LIHEAP, established 45 years ago to help low-income households pay utility bills, addresses a crisis that remains deeply entrenched. According to the U.S. Energy Information Administration, 17 million Americans received utility shutoff notices last year. The American Council for an Energy-Efficient Economy found that low-income families spend 8.1% of their income on energy—more than three times the rate for wealthier households—meaning at least a quarter of U.S. households carry an unsustainable energy burden. The South Atlantic region, from Maryland to Florida, bears the greatest share of this burden while receiving minimal federal relief.

In Maryland specifically, nearly 20% of households spend over 6% of their income on utilities, the threshold for energy poverty. A 2023 report from the Institute for Energy and Environmental Research found that more than 18% of households were trapped in energy poverty, with Maryland's Office of Home Energy Programs receiving 270,000 applications for assistance in 2024. Under HR 1, Section 10004 restricts the Standard Utility Allowance used to determine SNAP eligibility, limiting automatic access to households with elderly or disabled individuals.
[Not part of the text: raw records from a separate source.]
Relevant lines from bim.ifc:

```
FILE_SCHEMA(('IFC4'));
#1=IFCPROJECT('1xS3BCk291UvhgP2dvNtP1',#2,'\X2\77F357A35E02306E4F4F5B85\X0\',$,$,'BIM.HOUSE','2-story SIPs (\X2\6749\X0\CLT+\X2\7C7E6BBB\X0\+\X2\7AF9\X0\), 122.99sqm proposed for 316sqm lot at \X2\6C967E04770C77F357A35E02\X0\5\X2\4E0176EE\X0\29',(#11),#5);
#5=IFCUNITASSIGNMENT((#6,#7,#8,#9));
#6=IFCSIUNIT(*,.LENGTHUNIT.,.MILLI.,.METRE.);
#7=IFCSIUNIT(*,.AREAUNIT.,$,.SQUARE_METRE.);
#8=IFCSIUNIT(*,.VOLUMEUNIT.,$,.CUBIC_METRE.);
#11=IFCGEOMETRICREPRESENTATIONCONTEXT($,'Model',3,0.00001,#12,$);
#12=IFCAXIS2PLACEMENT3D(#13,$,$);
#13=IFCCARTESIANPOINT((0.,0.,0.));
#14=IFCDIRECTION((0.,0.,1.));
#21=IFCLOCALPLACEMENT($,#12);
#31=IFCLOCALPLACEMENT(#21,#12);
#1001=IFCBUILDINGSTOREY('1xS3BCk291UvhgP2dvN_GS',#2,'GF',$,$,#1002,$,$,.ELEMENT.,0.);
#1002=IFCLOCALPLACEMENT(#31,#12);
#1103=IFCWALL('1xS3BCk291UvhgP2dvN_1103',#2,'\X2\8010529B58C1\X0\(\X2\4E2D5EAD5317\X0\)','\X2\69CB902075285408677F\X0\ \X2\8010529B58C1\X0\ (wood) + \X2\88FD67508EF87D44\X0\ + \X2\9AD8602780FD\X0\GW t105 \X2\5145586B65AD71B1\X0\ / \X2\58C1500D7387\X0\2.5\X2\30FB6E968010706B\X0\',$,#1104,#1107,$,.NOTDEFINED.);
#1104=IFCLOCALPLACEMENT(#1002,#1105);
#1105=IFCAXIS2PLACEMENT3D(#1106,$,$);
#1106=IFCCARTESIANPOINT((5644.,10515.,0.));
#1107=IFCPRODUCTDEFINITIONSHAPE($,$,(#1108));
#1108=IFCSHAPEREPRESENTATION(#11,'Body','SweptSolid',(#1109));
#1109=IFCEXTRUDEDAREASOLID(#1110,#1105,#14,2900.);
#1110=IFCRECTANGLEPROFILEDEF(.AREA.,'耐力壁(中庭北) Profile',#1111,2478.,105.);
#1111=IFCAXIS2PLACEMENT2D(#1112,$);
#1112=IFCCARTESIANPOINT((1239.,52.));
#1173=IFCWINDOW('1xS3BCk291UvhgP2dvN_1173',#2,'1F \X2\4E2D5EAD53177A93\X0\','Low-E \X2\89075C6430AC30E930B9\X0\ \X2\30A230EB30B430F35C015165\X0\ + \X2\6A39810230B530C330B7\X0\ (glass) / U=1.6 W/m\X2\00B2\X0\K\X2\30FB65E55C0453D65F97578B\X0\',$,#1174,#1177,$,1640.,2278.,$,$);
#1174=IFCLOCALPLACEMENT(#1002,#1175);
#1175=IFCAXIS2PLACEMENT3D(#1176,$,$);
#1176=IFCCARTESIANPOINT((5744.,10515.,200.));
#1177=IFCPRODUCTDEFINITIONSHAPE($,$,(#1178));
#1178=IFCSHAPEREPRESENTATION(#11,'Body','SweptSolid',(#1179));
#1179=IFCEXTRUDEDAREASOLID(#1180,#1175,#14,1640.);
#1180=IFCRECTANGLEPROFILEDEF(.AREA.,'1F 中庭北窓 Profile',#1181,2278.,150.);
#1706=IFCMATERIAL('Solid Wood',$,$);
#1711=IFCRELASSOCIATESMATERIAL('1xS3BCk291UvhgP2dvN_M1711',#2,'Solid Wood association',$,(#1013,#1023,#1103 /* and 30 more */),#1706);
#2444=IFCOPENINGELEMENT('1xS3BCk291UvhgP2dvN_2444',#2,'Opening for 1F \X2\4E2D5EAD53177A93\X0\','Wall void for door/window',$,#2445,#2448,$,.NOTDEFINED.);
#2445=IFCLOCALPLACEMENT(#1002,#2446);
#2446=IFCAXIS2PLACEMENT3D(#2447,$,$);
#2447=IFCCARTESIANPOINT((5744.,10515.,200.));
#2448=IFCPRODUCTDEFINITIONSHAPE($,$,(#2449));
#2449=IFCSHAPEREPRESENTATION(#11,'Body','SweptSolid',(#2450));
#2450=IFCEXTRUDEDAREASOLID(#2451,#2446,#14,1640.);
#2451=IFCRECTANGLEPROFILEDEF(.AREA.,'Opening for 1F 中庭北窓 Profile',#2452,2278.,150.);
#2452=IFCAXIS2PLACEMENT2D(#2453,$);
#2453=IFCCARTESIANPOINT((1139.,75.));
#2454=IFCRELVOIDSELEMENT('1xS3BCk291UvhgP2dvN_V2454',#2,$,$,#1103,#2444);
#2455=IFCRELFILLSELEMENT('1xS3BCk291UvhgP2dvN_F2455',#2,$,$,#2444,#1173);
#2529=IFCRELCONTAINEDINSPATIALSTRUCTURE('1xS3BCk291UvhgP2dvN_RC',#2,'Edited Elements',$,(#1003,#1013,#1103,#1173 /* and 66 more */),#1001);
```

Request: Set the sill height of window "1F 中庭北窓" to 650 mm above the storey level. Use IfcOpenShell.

```python
import numpy as np
import ifcopenshell
import ifcopenshell.api.geometry
import ifcopenshell.geom
import ifcopenshell.util.element
import ifcopenshell.util.placement
import ifcopenshell.util.shape
import ifcopenshell.util.unit

model = ifcopenshell.open("bim.ifc")
unit_scale = ifcopenshell.util.unit.calculate_unit_scale(model)

window = model.by_id(1173)
opening = window.FillsVoids[0].RelatingOpeningElement
storey = ifcopenshell.util.element.get_container(window, ifc_class="IfcBuildingStorey")
level = ifcopenshell.util.placement.get_local_placement(storey.ObjectPlacement)[2, 3]

# The opening's origin need not be at the sill, so measure its lowest point.
shape = ifcopenshell.geom.create_shape(ifcopenshell.geom.settings(), opening)
bottom = ifcopenshell.util.shape.get_shape_bottom_elevation(shape, shape.geometry) / unit_scale
dz = level + 0.65 / unit_scale - bottom

shift = np.array([0.0, 0.0, dz])
# The window is not placed relative to its opening, so move both.
for product in (opening, window):
    matrix = ifcopenshell.util.placement.get_local_placement(product.ObjectPlacement)
    matrix[:3, 3] += shift
    ifcopenshell.api.geometry.edit_object_placement(model, product=product, matrix=matrix, is_si=False)

print(f"moved by {dz * unit_scale:+.3f} m")

model.write("bim_rev.ifc")
```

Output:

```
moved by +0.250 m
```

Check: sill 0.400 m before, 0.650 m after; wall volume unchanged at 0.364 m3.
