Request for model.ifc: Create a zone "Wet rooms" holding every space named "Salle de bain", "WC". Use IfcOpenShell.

First a look at what the model holds.

```python
import ifcopenshell

model = ifcopenshell.open("model.ifc")
print(model.schema)
seen = {}
for space in model.by_type("IfcSpace"):
    seen[space.LongName] = seen.get(space.LongName, 0) + 1
for name, count in sorted(seen.items(), key=str):
    print(count, "x", name)
print("zones:", [z.Name for z in model.by_type("IfcZone")][:20])
```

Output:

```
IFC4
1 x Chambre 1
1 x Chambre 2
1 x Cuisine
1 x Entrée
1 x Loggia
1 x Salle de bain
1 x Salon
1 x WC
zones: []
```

```python
import ifcopenshell
import ifcopenshell.api.group
import ifcopenshell.api.root

model = ifcopenshell.open("model.ifc")

names = {"Salle de bain", "WC"}
spaces = [s for s in model.by_type("IfcSpace") if s.LongName in names]

zone = ifcopenshell.api.root.create_entity(model, ifc_class="IfcZone", name="Wet rooms")
ifcopenshell.api.group.assign_group(model, products=spaces, group=zone)
print(len(spaces), "spaces in", zone.Name)

model.write("model_v2.ifc")
```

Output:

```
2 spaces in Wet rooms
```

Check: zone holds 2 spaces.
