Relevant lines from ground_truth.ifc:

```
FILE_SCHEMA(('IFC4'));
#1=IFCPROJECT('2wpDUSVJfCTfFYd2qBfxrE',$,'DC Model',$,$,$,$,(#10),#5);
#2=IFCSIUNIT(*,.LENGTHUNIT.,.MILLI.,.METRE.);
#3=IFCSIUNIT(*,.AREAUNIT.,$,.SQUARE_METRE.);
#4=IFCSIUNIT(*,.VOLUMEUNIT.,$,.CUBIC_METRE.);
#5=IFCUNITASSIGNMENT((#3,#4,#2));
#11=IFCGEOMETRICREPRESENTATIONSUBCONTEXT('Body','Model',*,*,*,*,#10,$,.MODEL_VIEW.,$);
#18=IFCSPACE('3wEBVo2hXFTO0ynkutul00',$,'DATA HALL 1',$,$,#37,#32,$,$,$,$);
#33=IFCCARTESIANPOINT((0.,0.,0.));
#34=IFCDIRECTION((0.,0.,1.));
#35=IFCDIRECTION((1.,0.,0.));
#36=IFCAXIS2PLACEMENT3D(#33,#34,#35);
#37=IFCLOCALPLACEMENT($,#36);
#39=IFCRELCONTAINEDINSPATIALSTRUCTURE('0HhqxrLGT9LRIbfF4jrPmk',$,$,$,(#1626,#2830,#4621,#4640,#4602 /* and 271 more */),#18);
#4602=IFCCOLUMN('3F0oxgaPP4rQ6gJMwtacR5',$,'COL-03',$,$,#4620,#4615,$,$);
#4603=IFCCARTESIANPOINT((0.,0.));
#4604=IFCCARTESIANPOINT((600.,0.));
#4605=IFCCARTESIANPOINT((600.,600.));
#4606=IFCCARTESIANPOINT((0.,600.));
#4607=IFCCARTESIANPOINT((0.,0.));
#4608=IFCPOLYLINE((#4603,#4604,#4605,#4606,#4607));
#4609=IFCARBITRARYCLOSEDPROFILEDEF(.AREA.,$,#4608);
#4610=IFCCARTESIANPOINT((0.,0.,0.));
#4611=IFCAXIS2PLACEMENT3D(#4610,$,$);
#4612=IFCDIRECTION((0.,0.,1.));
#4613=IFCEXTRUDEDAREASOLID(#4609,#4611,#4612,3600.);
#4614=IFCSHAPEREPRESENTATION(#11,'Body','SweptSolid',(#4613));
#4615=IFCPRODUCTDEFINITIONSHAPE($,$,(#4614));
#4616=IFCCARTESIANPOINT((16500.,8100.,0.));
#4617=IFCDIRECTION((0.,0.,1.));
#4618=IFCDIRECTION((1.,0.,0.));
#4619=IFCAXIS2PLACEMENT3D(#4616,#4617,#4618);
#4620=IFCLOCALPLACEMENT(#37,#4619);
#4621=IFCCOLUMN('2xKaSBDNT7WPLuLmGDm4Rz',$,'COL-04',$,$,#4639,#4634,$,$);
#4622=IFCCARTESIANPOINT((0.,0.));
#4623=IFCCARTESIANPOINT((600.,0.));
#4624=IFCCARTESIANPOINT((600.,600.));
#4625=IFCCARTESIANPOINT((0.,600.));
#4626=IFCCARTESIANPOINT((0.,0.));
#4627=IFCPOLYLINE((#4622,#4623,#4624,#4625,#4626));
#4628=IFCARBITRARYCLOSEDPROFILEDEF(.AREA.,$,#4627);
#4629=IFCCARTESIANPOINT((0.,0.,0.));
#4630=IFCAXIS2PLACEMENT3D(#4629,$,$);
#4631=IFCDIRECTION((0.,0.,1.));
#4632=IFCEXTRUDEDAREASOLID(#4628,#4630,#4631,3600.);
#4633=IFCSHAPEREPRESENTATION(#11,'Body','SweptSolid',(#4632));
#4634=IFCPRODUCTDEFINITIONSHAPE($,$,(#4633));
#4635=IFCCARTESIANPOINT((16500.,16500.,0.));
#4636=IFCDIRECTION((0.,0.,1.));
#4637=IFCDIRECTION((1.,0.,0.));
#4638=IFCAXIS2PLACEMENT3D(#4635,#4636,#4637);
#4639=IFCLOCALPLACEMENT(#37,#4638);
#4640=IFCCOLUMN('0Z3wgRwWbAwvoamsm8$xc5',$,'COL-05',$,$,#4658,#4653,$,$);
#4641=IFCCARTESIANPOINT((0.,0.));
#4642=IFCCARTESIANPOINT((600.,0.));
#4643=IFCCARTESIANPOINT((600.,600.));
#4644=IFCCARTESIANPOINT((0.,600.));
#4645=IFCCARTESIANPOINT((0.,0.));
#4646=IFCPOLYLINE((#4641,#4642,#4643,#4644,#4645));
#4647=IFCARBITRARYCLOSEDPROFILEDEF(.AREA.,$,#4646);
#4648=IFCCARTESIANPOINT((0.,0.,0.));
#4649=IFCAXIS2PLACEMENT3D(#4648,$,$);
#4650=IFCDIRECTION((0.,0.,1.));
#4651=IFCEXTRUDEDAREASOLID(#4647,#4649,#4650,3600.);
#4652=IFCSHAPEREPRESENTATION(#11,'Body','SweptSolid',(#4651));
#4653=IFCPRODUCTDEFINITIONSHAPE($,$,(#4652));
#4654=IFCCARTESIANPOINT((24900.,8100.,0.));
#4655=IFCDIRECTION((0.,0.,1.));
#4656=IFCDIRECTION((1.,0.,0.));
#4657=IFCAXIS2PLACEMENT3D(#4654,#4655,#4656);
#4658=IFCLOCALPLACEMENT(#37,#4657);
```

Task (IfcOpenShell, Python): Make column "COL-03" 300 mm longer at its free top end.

```python
import ifcopenshell
import ifcopenshell.util.representation

model = ifcopenshell.open("ground_truth.ifc")

member = model.by_guid("3F0oxgaPP4rQ6gJMwtacR5")
change = 300.0

# The extrusion runs towards the end named, so only its depth changes.
body = ifcopenshell.util.representation.get_representation(member, "Model", "Body")
solid = body.Items[0]
old_length = solid.Depth
solid.Depth += change

print(f"length {old_length:g} -> {solid.Depth:g}")

model.write("ground_truth_v2.ifc")
```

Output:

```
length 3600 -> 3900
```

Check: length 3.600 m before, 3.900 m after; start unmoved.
The Maryland Department of Human Services estimates that more than 684,000 SNAP-dependent residents could lose both food assistance and utility relief.

Governor Wes Moore has responded with policy measures intended to bridge gaps, including a $19 million energy relief fund and the Next Generation Energy Act, which sets targets for new renewable capacity and battery storage while capping ratepayer impacts. He also enacted the Renewable Energy Certainty Act, lifting zoning restrictions for solar development. However, the scale of these measures doesn't match the urgency of the crisis. The $19 million fund breaks down to less than $75 per household—barely a dent in rising utility bills—while the Next Generation Energy Act focuses on long-term infrastructure without offering immediate protection against rate hikes already forcing working families into disconnection.

Progress under the Clean Energy Jobs Act of 2019, which mandates that 50% of electricity come from Tier I renewables by 2030, has slowed as developers struggle with permitting backlogs and a hostile federal climate policy environment. Offshore wind development, anchored by the state's Renewable Portfolio Standard and Offshore Wind Renewable Energy Credits, is now under threat following federal actions that freeze new leases and strip tax incentives. As transportation emissions rise, funding gaps persist, and state investments lag, Maryland's climate agenda risks shifting the burden onto the communities already hardest hit by energy poverty.